Generate speech from text and save it to a file.

Parameters:
  • text (str) – The text to synthesize.

  • out_file (Path) – The file to save the speech to.

  • lang (str) – The language code of the text. e.g. “en-US”, “fr-FR”.

Returns:

The duration of the speech in seconds.

Return type:

float

Minimax

class tetos.minimax.MinimaxSpeaker(api_key: str, group_id: str, model: str = 'speech-01', voice: str | None = None, timber_weights: list[TimberWeight] | None = None, speed: float | None = None, vol: float | int | None = None, pitch: int | None = None)

MiniMax TTS speaker.

Parameters:
  • api_key (str) – The MiniMax API key.

  • group_id (str) – The MiniMax group ID.

  • model (str) – The model to use. Defaults to “speech-01”.

  • voice (str) – The voice to use.

  • timber_weights (list[TimberWeight]) – The timber weights.

  • speed (float) – The speed of speech. Range [0.5, 2.0]. Defaults to 1.0.

  • vol (float | int) – The volume of speech. Range (0, 10]. Defaults to 1.

  • pitch (int) – The pitch of speech. Range [-12, 12]. Defaults to 0.

classmethod get_command() Command

Return a Click command for the speaker.

Returns:

The Click command.

Return type:

click.Command

classmethod list_voices() list[str]

List the available voices for the speaker.

Returns:

A list of voice names.

Return type:

list[str]

say(text: str, out_file: str | Path | None = None, lang: str = 'en-US') float

A synchronous version of synthesize()

Parameters:
  • text (str) – The text to synthesize.

  • out_file (Path) – The file to save the speech to.

  • lang (str) – The language code of the text. e.g. “en-US”, “fr-FR”.

async stream(text: str, lang: str = 'en-US') AsyncGenerator[bytes, None]

Generate speech from text as a stream.

Parameters:
  • text (str) – The text to synthesize.

  • lang (str) – The language code of the text. e.g. “en-US”, “fr-FR”.

Raises:
  • Duration – If the speech is generated successfully, it contains the duration.

  • SynthesizeError – If the speech is not generated successfully.
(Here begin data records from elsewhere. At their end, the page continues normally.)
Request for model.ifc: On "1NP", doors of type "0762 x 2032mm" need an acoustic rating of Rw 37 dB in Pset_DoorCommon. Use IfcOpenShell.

First a look at what the model holds.

```python
import ifcopenshell
import ifcopenshell.util.element

model = ifcopenshell.open("model.ifc")
print(model.schema)
storey = next(s for s in model.by_type("IfcBuildingStorey") if s.Name == "1NP")
doors = [e for e in ifcopenshell.util.element.get_decomposition(storey) if e.is_a("IfcDoor")]
seen = {}
for e in doors:
    element_type = ifcopenshell.util.element.get_type(e)
    key = (element_type.Name if element_type != e and element_type else None, ifcopenshell.util.element.get_pset(e, "Pset_DoorCommon", "AcousticRating"))
    seen[key] = seen.get(key, 0) + 1
for (name, value), count in sorted(seen.items(), key=str):
    print(count, "x", name, "|", value)
```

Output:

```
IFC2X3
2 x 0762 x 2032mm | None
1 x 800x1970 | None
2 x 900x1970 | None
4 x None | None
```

```python
import ifcopenshell
import ifcopenshell.api.pset
import ifcopenshell.util.element

model = ifcopenshell.open("model.ifc")

storey = next(s for s in model.by_type("IfcBuildingStorey") if s.Name == "1NP")
doors = [e for e in ifcopenshell.util.element.get_decomposition(storey) if e.is_a("IfcDoor")]

count = 0
for e in doors:
    element_type = ifcopenshell.util.element.get_type(e)
    if element_type in (None, e) or element_type.Name != "0762 x 2032mm":
        continue
    # add_pset returns the element's existing set when there is one.
    pset = ifcopenshell.api.pset.add_pset(model, product=e, name="Pset_DoorCommon")
    ifcopenshell.api.pset.edit_pset(model, pset=pset, properties={"AcousticRating": "Rw 37 dB"})
    count += 1

print(count, "doors updated")

model.write("model_edited.ifc")
```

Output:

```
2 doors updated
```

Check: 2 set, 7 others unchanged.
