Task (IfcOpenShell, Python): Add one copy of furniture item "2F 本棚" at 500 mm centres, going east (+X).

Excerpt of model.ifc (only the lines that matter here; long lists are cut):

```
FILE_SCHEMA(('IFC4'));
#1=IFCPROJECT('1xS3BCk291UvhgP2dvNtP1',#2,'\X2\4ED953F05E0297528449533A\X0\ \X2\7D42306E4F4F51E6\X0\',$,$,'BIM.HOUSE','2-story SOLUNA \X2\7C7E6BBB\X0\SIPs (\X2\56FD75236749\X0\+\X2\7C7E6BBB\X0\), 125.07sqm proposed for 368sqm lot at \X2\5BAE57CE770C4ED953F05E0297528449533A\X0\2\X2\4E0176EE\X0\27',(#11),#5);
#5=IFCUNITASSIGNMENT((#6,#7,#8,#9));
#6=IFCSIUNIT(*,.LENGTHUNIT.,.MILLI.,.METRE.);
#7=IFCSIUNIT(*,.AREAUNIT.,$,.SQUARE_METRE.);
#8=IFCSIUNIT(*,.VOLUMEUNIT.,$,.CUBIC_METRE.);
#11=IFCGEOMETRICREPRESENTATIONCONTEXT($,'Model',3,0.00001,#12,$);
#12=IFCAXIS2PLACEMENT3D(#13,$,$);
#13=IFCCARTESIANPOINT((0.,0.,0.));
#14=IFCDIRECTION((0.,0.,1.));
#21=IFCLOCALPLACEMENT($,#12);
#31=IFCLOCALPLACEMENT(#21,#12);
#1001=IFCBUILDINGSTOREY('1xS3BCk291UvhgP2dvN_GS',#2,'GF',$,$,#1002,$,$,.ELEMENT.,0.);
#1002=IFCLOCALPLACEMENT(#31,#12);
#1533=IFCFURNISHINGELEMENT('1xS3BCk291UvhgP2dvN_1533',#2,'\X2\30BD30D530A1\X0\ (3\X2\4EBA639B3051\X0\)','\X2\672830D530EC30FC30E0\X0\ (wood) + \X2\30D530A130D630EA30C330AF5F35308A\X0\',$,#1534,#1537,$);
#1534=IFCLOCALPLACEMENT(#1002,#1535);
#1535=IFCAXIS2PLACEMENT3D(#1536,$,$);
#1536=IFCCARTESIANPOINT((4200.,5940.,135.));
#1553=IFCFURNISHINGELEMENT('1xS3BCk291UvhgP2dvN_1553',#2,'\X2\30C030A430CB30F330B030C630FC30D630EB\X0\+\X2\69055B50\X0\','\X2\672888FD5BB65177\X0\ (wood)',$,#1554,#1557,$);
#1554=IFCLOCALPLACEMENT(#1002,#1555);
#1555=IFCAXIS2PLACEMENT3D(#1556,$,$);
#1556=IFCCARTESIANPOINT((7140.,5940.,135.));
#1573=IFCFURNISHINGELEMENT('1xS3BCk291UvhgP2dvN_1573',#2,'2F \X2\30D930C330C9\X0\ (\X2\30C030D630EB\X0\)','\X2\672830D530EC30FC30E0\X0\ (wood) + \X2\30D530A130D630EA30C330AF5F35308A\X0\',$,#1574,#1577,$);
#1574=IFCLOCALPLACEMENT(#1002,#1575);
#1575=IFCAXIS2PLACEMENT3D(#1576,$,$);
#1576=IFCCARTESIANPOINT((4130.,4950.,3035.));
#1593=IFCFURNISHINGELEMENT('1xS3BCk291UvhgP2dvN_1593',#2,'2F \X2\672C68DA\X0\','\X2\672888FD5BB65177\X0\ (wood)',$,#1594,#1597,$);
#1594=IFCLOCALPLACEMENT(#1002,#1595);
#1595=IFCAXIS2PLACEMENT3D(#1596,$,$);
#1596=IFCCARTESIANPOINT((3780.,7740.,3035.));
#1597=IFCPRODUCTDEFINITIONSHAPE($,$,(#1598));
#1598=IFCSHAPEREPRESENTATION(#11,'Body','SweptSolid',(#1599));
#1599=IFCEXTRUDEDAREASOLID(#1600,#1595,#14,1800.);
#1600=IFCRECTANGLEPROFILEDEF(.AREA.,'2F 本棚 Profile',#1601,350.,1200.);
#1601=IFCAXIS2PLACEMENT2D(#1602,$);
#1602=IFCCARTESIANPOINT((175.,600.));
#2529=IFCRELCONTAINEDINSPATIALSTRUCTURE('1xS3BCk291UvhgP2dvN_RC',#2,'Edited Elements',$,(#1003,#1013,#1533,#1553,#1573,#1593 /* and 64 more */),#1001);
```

```python
import numpy as np
import ifcopenshell
import ifcopenshell.api.geometry
import ifcopenshell.api.root
import ifcopenshell.util.element
import ifcopenshell.util.placement
import ifcopenshell.util.unit

model = ifcopenshell.open("model.ifc")
unit_scale = ifcopenshell.util.unit.calculate_unit_scale(model)


def reuse_history(source, copy):
    """copy_class also copies each property set's owner history, people and application; keep the originals."""
    for rel in copy.IsDefinedBy:
        if rel.is_a("IfcRelDefinesByProperties") and (history := rel.RelatingPropertyDefinition.OwnerHistory):
            rel.RelatingPropertyDefinition.OwnerHistory = source.OwnerHistory
            ifcopenshell.util.element.remove_deep2(model, history)


source = model.by_guid("1xS3BCk291UvhgP2dvN_1593")
base = ifcopenshell.util.placement.get_local_placement(source.ObjectPlacement)
step = np.array([1.0, 0.0, 0.0]) * 0.5 / unit_scale

for i in range(1, 2):
    copy = ifcopenshell.api.root.copy_class(model, product=source)
    copy.Representation = ifcopenshell.util.element.copy_deep(
        model, source.Representation, exclude=["IfcGeometricRepresentationContext", "IfcRepresentationMap"]
    )
    reuse_history(source, copy)
    matrix = base.copy()
    matrix[:3, 3] += i * step
    print("added at", matrix[:3, 3].round(3) + 0.0)
    ifcopenshell.api.geometry.edit_object_placement(model, product=copy, matrix=matrix, is_si=False)

model.write("model_edited.ifc")
```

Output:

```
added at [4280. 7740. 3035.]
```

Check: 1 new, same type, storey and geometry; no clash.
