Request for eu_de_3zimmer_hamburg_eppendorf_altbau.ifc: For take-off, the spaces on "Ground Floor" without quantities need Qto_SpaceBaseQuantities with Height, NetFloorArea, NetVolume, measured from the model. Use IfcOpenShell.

First a look at what the model holds.

```python
import ifcopenshell
import ifcopenshell.util.element
import ifcopenshell.util.unit

model = ifcopenshell.open("eu_de_3zimmer_hamburg_eppendorf_altbau.ifc")
print(model.schema)
for unit_type in ("LENGTHUNIT", "AREAUNIT", "VOLUMEUNIT"):
    print(unit_type, ifcopenshell.util.unit.calculate_unit_scale(model, unit_type))
storey = next(s for s in model.by_type("IfcBuildingStorey") if s.Name == "Ground Floor")
spaces = [e for e in ifcopenshell.util.element.get_decomposition(storey) if e.is_a("IfcSpace")]
for e in sorted(spaces, key=lambda e: e.id()):
    print(e.id(), e.is_a(), e.Name, list(ifcopenshell.util.element.get_psets(e, qtos_only=True)), sep=" | ")
```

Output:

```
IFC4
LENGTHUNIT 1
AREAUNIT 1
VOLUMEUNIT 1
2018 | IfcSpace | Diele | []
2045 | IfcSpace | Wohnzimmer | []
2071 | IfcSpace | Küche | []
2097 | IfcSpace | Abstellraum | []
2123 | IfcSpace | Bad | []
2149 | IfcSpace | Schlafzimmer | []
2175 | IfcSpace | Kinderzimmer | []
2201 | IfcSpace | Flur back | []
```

```python
import ifcopenshell
import ifcopenshell.api.pset
import ifcopenshell.geom
import ifcopenshell.util.element
import ifcopenshell.util.shape
import ifcopenshell.util.unit

model = ifcopenshell.open("eu_de_3zimmer_hamburg_eppendorf_altbau.ifc")
unit_scale = ifcopenshell.util.unit.calculate_unit_scale(model)
area_scale = ifcopenshell.util.unit.calculate_unit_scale(model, "AREAUNIT")
volume_scale = ifcopenshell.util.unit.calculate_unit_scale(model, "VOLUMEUNIT")
settings = ifcopenshell.geom.settings()

storey = next(s for s in model.by_type("IfcBuildingStorey") if s.Name == "Ground Floor")
spaces = [e for e in ifcopenshell.util.element.get_decomposition(storey) if e.is_a("IfcSpace")]

for e in sorted(spaces, key=lambda e: e.id()):
    if ifcopenshell.util.element.get_psets(e, qtos_only=True, should_inherit=False):
        continue
    # Geometry comes back in metres, in the element's own axes.
    shape = ifcopenshell.geom.create_shape(settings, e)
    values = {
        "Height": ifcopenshell.util.shape.get_z(shape.geometry) / unit_scale,
        "NetFloorArea": ifcopenshell.util.shape.get_footprint_area(shape.geometry) / area_scale,
        "NetVolume": ifcopenshell.util.shape.get_volume(shape.geometry) / volume_scale,
    }
    qto = ifcopenshell.api.pset.add_qto(model, product=e, name="Qto_SpaceBaseQuantities")
    ifcopenshell.api.pset.edit_qto(model, qto=qto, properties=values)
    print(e.id(), {k: round(v, 3) for k, v in values.items()})

model.write("eu_de_3zimmer_hamburg_eppendorf_altbau_edited.ifc")
```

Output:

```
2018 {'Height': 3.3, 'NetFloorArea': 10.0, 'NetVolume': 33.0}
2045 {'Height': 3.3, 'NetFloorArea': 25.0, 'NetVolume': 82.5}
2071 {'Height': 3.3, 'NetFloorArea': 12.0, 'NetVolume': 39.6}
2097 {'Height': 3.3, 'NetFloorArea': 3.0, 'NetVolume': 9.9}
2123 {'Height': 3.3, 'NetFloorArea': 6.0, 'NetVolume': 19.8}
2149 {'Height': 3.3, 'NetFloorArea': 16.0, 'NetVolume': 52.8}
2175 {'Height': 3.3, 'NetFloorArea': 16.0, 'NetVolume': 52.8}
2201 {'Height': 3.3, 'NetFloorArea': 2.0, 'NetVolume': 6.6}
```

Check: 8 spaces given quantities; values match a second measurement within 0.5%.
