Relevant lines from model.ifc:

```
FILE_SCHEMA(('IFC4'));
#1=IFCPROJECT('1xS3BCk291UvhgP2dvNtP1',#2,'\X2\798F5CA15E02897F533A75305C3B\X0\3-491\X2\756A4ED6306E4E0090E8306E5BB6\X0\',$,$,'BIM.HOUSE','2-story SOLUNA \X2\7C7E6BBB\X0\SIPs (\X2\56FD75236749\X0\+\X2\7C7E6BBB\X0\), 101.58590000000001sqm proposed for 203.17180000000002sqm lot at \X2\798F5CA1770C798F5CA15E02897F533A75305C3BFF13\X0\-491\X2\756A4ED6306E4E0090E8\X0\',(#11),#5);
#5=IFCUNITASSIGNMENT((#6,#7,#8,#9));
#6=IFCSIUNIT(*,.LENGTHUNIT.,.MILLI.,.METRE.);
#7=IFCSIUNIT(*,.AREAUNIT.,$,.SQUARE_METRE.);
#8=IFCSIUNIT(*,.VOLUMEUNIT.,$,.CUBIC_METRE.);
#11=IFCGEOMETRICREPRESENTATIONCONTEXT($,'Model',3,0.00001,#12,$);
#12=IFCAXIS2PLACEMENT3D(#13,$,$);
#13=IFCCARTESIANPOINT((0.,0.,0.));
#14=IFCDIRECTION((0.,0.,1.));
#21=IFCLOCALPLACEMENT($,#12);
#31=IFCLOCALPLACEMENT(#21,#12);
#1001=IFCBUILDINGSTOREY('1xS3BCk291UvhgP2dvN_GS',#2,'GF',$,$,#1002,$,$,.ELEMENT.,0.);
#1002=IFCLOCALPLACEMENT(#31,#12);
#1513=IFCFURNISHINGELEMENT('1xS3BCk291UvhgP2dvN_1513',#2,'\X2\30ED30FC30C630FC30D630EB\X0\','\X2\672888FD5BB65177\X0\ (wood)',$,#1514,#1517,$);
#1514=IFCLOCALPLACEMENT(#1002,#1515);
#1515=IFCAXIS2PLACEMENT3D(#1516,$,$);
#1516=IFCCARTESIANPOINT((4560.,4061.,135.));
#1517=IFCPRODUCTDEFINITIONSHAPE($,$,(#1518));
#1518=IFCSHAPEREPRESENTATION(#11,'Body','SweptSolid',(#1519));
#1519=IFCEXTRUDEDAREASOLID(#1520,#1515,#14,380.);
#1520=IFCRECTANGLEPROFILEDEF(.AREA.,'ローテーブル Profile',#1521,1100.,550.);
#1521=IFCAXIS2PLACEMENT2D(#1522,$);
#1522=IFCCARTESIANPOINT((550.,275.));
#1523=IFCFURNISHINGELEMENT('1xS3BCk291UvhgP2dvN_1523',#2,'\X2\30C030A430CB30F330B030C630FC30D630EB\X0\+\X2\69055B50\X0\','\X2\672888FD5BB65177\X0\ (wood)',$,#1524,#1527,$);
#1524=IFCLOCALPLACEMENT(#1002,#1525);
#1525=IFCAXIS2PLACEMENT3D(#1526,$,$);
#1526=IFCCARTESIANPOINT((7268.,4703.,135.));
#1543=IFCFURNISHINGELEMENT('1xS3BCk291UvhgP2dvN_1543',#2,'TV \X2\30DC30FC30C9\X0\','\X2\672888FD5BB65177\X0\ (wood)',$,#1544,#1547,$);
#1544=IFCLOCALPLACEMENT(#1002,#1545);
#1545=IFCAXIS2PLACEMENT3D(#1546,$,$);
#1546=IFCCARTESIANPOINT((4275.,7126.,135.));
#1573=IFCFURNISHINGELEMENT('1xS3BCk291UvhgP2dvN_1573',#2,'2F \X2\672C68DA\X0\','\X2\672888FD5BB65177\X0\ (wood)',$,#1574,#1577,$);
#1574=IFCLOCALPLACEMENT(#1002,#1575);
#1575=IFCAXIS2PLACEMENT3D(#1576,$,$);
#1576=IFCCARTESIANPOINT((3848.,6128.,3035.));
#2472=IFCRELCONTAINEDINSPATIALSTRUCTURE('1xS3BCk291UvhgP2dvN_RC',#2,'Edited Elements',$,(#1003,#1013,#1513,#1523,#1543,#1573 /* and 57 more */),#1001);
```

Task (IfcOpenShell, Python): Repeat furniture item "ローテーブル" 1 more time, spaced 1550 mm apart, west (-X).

```python
import numpy as np
import ifcopenshell
import ifcopenshell.api.geometry
import ifcopenshell.api.root
import ifcopenshell.util.element
import ifcopenshell.util.placement
import ifcopenshell.util.unit

model = ifcopenshell.open("model.ifc")
unit_scale = ifcopenshell.util.unit.calculate_unit_scale(model)


def reuse_history(source, copy):
    """copy_class also copies each property set's owner history, people and application; keep the originals."""
    for rel in copy.IsDefinedBy:
        if rel.is_a("IfcRelDefinesByProperties") and (history := rel.RelatingPropertyDefinition.OwnerHistory):
            rel.RelatingPropertyDefinition.OwnerHistory = source.OwnerHistory
            ifcopenshell.util.element.remove_deep2(model, history)


source = model.by_guid("1xS3BCk291UvhgP2dvN_1513")
base = ifcopenshell.util.placement.get_local_placement(source.ObjectPlacement)
step = np.array([-1.0, 0.0, 0.0]) * 1.55 / unit_scale

for i in range(1, 2):
    copy = ifcopenshell.api.root.copy_class(model, product=source)
    copy.Representation = ifcopenshell.util.element.copy_deep(
        model, source.Representation, exclude=["IfcGeometricRepresentationContext", "IfcRepresentationMap"]
    )
    reuse_history(source, copy)
    matrix = base.copy()
    matrix[:3, 3] += i * step
    print("added at", matrix[:3, 3].round(3) + 0.0)
    ifcopenshell.api.geometry.edit_object_placement(model, product=copy, matrix=matrix, is_si=False)

model.write("model_v2.ifc")
```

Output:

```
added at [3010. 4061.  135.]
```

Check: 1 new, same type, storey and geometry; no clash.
async synthesize(text: str, out_file: str | Path, lang: str = 'en-US') float

Generate speech from text and save it to a file.

Parameters:
  • text (str) – The text to synthesize.

  • out_file (Path) – The file to save the speech to.

  • lang (str) – The language code of the text. e.g. “en-US”, “fr-FR”.

Returns:

The duration of the speech in seconds.

Return type:

float

class tetos.minimax.TimberWeight
voice_id: str

系统音色

weight: int

取值[1,100]。最多支持4种音色混合,取值为整数,单一音色取值占比越高,合成音色越像。